Pour répondre à cette question, j'ai passé en revue 50 ans de littérature sur les résultats pour quatre troubles majeurs chez l'adulte: la schizophrénie, l'anxiété, la dépression et la maladie bipolaire. J'ai fait de même pour trois troubles de l'enfance: la dépression, le TDAH et la maladie bipolaire juvénile. J'ai cherché à voir en particulier si les médicaments psychiatriques avaient modifié l'évolution à long terme des troubles pour le meilleur ou pour le pire, et si les médicaments psychiatriques pouvaient, parfois, susciter de nouveaux symptômes psychiatriques plus graves chez les patients. En d'autres termes, j'ai cherché à voir si ce paradigme de soins augmentait le risque qu'une personne devienne une maladie chronique, et malade aussi avec des symptômes invalidants.

Mon intention, avec ce livre, est de présenter les données à long terme aux lecteurs, car elles ont été régulièrement cachées au public. Ils peuvent ensuite évaluer eux-mêmes s'ils pensent que les données montrent que notre paradigme de soins basé sur la drogue alimente en fait l'épidémie de maladie mentale invalidante de notre société. Druin Burch, le premier médecin au Royaume-Uni à avoir revu Anatomy of a Epidemic , a écrit ceci pour le New Scientist :

"De près, les arguments de [Whitaker] sont sains et inquiétants et basés sur des preuves. Ils constituent une thèse provocatrice mais raisonnable, dont l'étonnant talent intellectuel est délivré avec la vitalité saisissante d'un roman. Whitaker parvient à être accablant tout en restant obstinément optimiste dans ce livre passionnant et terriblement persuasif. "

Dr. Rosen est venu à la conclusion contraire. Il écrit: «Bien qu'il ait fait l'objet de nombreuses recherches et puise dans des centaines de sources, les lacunes de sa théorie demeurent trop importantes pour qu'il réussisse à faire valoir un argument convaincant. Comme je l'ai dit, mon espoir avec ce livre est d'amener les lecteurs à décider eux-mêmes si les données supportent l'hypothèse, et, de cette façon, le livre va peut-être susciter une discussion plus large sur les raisons pour lesquelles notre société les personnes handicapées du gouvernement en raison d'une maladie mentale (et sur les mérites globaux de notre paradigme de soins basé sur la drogue).

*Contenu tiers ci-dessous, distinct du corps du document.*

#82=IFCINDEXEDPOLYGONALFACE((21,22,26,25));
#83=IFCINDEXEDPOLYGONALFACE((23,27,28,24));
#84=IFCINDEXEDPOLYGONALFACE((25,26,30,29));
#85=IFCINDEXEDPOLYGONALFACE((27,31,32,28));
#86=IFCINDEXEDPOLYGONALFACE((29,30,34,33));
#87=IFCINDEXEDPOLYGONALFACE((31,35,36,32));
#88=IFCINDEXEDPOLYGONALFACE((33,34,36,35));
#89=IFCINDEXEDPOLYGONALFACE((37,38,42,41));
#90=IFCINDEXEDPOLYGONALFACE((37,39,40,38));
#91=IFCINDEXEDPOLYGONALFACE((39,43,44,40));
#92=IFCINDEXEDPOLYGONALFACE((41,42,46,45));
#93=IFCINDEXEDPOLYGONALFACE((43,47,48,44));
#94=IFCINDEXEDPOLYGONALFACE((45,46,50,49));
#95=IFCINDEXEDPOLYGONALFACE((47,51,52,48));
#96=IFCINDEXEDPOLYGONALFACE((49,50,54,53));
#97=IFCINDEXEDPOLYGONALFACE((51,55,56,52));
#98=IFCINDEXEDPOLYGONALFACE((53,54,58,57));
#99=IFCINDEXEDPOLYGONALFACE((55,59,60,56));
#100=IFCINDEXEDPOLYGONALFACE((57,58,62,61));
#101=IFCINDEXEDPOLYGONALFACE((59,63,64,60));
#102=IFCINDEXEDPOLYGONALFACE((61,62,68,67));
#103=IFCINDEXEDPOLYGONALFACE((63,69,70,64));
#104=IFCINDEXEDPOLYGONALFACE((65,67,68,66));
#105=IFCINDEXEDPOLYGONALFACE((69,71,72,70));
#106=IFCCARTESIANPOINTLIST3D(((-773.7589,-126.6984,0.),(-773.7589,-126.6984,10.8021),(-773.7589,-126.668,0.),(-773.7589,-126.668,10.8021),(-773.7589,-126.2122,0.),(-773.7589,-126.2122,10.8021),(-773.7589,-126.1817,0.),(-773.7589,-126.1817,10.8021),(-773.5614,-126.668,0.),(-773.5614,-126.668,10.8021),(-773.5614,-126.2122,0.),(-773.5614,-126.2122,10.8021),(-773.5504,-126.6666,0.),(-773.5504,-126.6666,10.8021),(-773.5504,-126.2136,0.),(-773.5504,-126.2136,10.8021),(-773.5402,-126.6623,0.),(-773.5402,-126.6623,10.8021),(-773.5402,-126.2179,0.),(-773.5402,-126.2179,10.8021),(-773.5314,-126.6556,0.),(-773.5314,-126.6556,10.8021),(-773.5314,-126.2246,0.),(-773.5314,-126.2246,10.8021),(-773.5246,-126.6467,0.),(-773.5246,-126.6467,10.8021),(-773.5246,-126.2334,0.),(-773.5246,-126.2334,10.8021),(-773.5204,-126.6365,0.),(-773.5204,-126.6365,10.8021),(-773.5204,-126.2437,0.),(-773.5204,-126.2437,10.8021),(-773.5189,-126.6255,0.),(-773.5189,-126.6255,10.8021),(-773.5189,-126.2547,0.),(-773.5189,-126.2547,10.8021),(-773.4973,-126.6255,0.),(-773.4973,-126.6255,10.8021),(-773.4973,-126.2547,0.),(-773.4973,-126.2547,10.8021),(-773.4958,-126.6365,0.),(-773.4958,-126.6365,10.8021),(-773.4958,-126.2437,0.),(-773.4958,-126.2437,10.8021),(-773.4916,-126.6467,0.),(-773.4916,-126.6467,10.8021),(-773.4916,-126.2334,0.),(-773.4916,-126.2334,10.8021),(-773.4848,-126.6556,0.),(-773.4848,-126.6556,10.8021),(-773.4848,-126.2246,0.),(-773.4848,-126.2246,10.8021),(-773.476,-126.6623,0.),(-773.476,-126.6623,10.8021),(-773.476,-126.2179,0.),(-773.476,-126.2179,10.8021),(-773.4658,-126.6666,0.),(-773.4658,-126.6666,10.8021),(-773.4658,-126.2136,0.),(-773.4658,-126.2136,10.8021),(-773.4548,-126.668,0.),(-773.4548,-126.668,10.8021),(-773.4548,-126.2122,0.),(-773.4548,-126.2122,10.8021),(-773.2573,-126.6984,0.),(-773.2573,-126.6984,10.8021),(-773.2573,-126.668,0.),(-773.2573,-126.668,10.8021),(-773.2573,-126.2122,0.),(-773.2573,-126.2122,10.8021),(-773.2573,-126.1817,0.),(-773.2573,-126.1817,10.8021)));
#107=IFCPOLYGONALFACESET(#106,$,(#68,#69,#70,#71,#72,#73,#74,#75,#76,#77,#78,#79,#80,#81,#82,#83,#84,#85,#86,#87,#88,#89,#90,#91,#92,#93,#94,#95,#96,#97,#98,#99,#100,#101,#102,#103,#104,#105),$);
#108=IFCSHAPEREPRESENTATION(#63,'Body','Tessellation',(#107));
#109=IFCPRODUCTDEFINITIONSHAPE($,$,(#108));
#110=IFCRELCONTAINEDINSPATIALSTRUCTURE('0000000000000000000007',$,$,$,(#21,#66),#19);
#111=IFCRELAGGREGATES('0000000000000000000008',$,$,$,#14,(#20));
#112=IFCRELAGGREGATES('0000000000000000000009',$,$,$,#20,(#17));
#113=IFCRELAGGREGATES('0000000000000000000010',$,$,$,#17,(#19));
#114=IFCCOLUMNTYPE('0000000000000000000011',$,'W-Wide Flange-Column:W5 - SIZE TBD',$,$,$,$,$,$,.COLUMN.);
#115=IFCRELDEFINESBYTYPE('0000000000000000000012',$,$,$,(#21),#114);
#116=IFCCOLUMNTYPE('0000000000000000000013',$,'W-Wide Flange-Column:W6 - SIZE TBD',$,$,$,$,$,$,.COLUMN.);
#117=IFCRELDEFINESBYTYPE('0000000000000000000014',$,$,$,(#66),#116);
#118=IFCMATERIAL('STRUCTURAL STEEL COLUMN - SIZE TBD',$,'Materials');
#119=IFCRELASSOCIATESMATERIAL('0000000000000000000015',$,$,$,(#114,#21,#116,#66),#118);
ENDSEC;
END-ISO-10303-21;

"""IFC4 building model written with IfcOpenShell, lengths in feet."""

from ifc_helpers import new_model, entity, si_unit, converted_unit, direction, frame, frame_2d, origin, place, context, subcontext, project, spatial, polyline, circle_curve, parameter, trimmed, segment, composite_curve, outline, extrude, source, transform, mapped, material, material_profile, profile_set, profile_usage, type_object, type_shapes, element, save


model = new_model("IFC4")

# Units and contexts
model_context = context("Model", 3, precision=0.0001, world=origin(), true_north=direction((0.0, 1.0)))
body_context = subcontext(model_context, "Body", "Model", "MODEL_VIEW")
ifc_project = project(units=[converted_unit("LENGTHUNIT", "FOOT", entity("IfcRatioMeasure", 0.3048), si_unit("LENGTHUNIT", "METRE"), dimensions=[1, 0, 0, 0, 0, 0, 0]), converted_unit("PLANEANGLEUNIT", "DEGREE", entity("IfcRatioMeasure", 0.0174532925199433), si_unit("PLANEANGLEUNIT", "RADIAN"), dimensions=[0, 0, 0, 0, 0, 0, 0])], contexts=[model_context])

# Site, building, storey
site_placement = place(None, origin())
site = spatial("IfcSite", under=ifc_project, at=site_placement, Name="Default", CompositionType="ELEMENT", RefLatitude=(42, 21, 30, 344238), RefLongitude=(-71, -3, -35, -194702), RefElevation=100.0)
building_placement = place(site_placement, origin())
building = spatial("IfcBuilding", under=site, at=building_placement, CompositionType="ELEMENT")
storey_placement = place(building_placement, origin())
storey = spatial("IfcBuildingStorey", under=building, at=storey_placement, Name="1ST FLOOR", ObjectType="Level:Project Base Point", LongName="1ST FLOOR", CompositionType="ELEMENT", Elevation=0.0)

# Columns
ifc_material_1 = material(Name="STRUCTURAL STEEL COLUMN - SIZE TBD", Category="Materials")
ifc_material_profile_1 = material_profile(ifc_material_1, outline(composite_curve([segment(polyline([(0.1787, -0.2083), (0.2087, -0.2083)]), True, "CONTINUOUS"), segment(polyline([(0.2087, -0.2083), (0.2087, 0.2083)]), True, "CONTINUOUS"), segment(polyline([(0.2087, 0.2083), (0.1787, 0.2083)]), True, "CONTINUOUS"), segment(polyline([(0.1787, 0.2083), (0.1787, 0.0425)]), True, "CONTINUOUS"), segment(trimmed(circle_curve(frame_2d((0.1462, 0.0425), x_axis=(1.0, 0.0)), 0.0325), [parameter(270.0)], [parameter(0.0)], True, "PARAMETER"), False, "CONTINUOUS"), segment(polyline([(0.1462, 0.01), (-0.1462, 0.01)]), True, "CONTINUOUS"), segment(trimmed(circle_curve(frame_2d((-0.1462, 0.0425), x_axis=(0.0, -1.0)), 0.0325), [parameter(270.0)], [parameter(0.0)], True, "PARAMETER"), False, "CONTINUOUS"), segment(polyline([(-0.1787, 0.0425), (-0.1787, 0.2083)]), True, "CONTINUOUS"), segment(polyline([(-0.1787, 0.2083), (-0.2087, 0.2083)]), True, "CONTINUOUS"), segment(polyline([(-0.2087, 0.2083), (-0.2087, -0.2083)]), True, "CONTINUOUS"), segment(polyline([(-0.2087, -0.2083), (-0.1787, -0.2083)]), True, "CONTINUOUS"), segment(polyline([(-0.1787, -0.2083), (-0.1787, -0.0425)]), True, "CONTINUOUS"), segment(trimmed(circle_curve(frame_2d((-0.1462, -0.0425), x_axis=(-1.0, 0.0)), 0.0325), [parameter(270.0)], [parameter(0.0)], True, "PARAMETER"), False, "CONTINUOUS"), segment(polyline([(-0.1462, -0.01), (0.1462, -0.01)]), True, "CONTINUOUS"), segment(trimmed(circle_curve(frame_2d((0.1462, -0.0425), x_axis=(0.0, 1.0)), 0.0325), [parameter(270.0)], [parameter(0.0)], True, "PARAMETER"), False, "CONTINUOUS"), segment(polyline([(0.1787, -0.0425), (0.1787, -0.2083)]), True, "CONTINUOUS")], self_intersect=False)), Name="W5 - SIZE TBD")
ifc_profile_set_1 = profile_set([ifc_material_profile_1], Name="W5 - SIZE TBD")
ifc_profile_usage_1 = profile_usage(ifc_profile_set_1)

Mais ensuite, le Dr Rosen clôt sa pièce en me comparant subtilement à un déni du sida! Maintenant je dois dire, je pense que c'est un peu exagéré. Tout ce que je fais dans ce livre est de suivre la piste des preuves. C'est un livre qui cherche une explication «fondée sur des preuves» pour l'épidémie, et à ce titre, il applique une méthode médicale traditionnelle pour décrire les mérites à long terme des médicaments psychiatriques. J'admire la valeur même que la médecine américaine déclare devoir conduire à l'utilisation des thérapies, et toute révision honnête du livre devrait le reconnaître.

Maintenant, au point le plus important. Je pense que le Dr Rosen et ceux qui disent que le livre ne parvient pas à faire valoir son point de vue doivent alors répondre à des questions comme celles-ci:

a) Selon eux, qu'est-ce qui cause l'augmentation étonnante du nombre de personnes handicapées mentales dans ce pays aujourd'hui?

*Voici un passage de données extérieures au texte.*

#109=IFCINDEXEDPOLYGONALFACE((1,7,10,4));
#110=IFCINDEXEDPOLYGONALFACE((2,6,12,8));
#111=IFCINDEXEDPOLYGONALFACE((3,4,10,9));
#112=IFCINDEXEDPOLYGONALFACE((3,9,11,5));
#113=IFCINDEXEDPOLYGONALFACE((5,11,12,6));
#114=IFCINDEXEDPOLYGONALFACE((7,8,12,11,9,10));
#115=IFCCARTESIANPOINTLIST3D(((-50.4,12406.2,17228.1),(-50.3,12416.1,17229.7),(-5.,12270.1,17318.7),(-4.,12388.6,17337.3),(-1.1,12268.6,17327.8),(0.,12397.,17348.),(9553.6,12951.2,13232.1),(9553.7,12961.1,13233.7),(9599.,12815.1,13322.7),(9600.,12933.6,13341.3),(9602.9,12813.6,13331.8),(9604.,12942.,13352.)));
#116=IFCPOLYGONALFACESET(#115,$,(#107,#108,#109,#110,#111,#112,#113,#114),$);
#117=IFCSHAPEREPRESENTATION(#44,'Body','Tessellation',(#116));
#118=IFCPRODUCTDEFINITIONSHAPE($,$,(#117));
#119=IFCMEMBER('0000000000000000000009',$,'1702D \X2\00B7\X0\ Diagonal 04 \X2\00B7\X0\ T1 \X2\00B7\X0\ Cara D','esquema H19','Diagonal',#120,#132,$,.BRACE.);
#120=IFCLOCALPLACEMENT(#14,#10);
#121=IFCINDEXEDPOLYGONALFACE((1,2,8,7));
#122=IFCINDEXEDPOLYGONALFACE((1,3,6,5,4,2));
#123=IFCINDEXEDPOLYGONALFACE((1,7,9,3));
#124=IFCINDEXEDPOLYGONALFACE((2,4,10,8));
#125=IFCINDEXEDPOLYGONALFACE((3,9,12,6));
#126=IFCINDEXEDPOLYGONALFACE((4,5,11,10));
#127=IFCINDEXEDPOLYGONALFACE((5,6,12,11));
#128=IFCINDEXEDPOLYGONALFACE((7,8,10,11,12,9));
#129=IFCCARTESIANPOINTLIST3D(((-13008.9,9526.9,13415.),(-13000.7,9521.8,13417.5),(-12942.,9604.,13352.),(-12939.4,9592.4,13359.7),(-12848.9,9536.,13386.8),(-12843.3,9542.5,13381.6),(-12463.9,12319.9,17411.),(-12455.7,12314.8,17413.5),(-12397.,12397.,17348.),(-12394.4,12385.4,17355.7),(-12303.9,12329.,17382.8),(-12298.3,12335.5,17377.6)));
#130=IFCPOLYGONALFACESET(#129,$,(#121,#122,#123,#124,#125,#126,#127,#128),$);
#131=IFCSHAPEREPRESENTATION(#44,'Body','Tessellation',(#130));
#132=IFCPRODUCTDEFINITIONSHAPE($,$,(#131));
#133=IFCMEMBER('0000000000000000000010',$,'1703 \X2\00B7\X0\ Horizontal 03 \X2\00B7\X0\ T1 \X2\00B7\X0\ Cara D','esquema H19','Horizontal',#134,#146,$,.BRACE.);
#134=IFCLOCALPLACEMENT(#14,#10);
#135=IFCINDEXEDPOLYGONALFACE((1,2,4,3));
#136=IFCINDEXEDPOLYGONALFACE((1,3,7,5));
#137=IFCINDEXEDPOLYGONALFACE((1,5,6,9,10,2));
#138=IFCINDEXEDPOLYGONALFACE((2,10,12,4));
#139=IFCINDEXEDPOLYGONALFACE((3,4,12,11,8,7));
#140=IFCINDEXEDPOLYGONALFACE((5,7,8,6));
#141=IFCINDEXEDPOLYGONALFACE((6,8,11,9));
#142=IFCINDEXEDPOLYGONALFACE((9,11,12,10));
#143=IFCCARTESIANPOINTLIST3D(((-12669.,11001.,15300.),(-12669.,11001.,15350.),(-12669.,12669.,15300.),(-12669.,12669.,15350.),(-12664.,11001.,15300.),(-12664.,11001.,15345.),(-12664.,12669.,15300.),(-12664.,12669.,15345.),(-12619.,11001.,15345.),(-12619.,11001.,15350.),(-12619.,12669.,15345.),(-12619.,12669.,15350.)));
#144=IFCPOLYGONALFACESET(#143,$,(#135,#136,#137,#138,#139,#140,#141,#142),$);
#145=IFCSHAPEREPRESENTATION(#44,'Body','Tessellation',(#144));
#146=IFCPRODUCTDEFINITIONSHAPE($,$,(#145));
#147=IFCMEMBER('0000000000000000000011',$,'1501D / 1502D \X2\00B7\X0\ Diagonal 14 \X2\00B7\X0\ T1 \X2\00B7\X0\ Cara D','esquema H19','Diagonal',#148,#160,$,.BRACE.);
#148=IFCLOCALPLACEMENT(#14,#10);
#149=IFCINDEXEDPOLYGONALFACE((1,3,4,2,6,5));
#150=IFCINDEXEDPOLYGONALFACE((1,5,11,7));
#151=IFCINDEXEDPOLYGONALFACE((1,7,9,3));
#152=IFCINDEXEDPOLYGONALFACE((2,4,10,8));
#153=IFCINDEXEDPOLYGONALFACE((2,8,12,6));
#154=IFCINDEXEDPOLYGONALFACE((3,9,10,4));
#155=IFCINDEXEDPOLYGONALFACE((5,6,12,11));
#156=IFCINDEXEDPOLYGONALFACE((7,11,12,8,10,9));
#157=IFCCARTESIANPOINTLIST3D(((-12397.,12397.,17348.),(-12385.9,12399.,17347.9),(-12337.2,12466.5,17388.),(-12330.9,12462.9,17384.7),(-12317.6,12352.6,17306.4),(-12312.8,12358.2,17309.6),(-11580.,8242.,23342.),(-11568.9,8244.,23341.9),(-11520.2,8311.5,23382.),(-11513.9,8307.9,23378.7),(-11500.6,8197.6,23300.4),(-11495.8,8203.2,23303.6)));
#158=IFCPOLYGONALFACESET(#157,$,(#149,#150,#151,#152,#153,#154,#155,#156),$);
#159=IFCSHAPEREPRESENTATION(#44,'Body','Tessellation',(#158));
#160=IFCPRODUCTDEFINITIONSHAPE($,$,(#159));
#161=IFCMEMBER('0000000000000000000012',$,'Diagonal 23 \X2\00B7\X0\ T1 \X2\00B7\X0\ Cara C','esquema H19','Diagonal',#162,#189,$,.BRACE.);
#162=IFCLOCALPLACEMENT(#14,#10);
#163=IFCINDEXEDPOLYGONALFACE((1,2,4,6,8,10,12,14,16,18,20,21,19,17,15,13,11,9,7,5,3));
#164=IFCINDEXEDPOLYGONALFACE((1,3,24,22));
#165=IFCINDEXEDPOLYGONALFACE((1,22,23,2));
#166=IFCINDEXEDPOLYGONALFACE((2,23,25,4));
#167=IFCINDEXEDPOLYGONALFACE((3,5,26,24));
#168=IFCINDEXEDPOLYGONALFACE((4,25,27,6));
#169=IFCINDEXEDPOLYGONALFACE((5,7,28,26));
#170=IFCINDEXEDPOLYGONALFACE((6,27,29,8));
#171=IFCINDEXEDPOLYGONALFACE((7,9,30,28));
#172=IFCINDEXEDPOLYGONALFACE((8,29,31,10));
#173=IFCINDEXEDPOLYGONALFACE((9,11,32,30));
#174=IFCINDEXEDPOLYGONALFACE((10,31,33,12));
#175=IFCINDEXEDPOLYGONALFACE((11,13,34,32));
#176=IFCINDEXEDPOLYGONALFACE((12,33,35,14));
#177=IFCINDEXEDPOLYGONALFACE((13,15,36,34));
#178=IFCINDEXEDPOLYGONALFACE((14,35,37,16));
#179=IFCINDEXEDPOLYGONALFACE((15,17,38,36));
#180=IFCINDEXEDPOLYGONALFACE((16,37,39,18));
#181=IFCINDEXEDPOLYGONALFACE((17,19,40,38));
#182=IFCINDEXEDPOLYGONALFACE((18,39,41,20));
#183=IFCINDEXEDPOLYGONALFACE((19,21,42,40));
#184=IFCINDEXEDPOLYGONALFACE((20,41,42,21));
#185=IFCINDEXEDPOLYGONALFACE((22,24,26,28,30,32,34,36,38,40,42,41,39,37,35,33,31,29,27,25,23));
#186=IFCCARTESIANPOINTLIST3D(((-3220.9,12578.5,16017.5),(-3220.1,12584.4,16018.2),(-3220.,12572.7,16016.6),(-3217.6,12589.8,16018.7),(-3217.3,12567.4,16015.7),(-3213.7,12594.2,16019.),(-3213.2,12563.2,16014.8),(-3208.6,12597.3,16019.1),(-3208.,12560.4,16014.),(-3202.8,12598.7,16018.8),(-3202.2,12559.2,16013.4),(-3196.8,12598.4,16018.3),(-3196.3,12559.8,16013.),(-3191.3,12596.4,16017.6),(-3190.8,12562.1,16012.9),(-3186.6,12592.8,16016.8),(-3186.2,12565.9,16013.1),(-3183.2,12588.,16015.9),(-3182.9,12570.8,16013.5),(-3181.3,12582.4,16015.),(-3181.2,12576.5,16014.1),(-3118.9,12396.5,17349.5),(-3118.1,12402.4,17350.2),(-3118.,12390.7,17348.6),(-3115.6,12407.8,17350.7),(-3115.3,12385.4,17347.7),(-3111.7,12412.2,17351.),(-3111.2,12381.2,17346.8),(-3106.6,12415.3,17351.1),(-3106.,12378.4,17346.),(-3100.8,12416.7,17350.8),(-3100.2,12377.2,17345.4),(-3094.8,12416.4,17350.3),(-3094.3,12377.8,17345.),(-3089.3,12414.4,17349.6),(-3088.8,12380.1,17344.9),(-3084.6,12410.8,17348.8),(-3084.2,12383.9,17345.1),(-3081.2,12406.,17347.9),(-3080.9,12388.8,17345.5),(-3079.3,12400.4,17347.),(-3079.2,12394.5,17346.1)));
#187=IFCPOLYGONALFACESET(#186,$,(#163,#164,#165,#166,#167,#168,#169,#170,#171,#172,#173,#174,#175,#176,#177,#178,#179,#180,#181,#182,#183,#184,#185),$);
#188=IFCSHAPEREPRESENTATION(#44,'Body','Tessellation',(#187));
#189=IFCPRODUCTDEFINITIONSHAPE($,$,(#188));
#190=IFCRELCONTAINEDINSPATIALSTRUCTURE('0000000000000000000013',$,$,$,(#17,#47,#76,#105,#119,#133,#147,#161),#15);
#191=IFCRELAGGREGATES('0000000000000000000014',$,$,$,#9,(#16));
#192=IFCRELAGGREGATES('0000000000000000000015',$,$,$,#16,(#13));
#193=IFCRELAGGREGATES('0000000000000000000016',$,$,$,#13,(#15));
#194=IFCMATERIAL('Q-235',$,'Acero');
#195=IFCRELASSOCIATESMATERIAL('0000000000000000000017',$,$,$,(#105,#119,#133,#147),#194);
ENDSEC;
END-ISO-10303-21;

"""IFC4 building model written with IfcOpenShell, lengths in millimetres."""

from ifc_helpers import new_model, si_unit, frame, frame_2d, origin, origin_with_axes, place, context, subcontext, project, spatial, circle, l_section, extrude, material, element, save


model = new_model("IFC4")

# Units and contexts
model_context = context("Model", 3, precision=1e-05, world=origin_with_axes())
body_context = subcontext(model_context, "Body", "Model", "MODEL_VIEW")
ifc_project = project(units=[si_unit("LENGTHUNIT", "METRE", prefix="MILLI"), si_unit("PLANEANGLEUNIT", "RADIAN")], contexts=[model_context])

b) Pourquoi la dépression évolue-t-elle de façon plus chronique aujourd'hui qu'elle ne l'était à l'époque pré-antidépressive?

c) Pourquoi les résultats bipolaires se sont-ils tellement détériorés à l'époque moderne? Pourquoi le taux d'emploi des personnes atteintes de ce trouble est-il passé de 85% avant l'avènement du lithium à environ 35% aujourd'hui? Pourquoi les gens bipolaires aujourd'hui montrent-ils des signes de déclin cognitif à long terme, alors qu'ils n'en avaient pas l'habitude?

d) Dans l'étude à long terme de Martin Harrow sur les résultats de la schizophrénie, qui a été financée par le NIMH, le taux de récupération sur 15 ans pour les personnes non médicamenteuses était de 40%, contre 5% pour les médicaments. Pourquoi les résultats de cette étude n'ont-ils pas été annoncés à la presse et publiés dans les journaux du pays?

Telles sont quelques-unes des nombreuses questions soulevées par Anatomy of a Epidemic . À tout le moins, je pense que ce sont des questions auxquelles notre société doit répondre.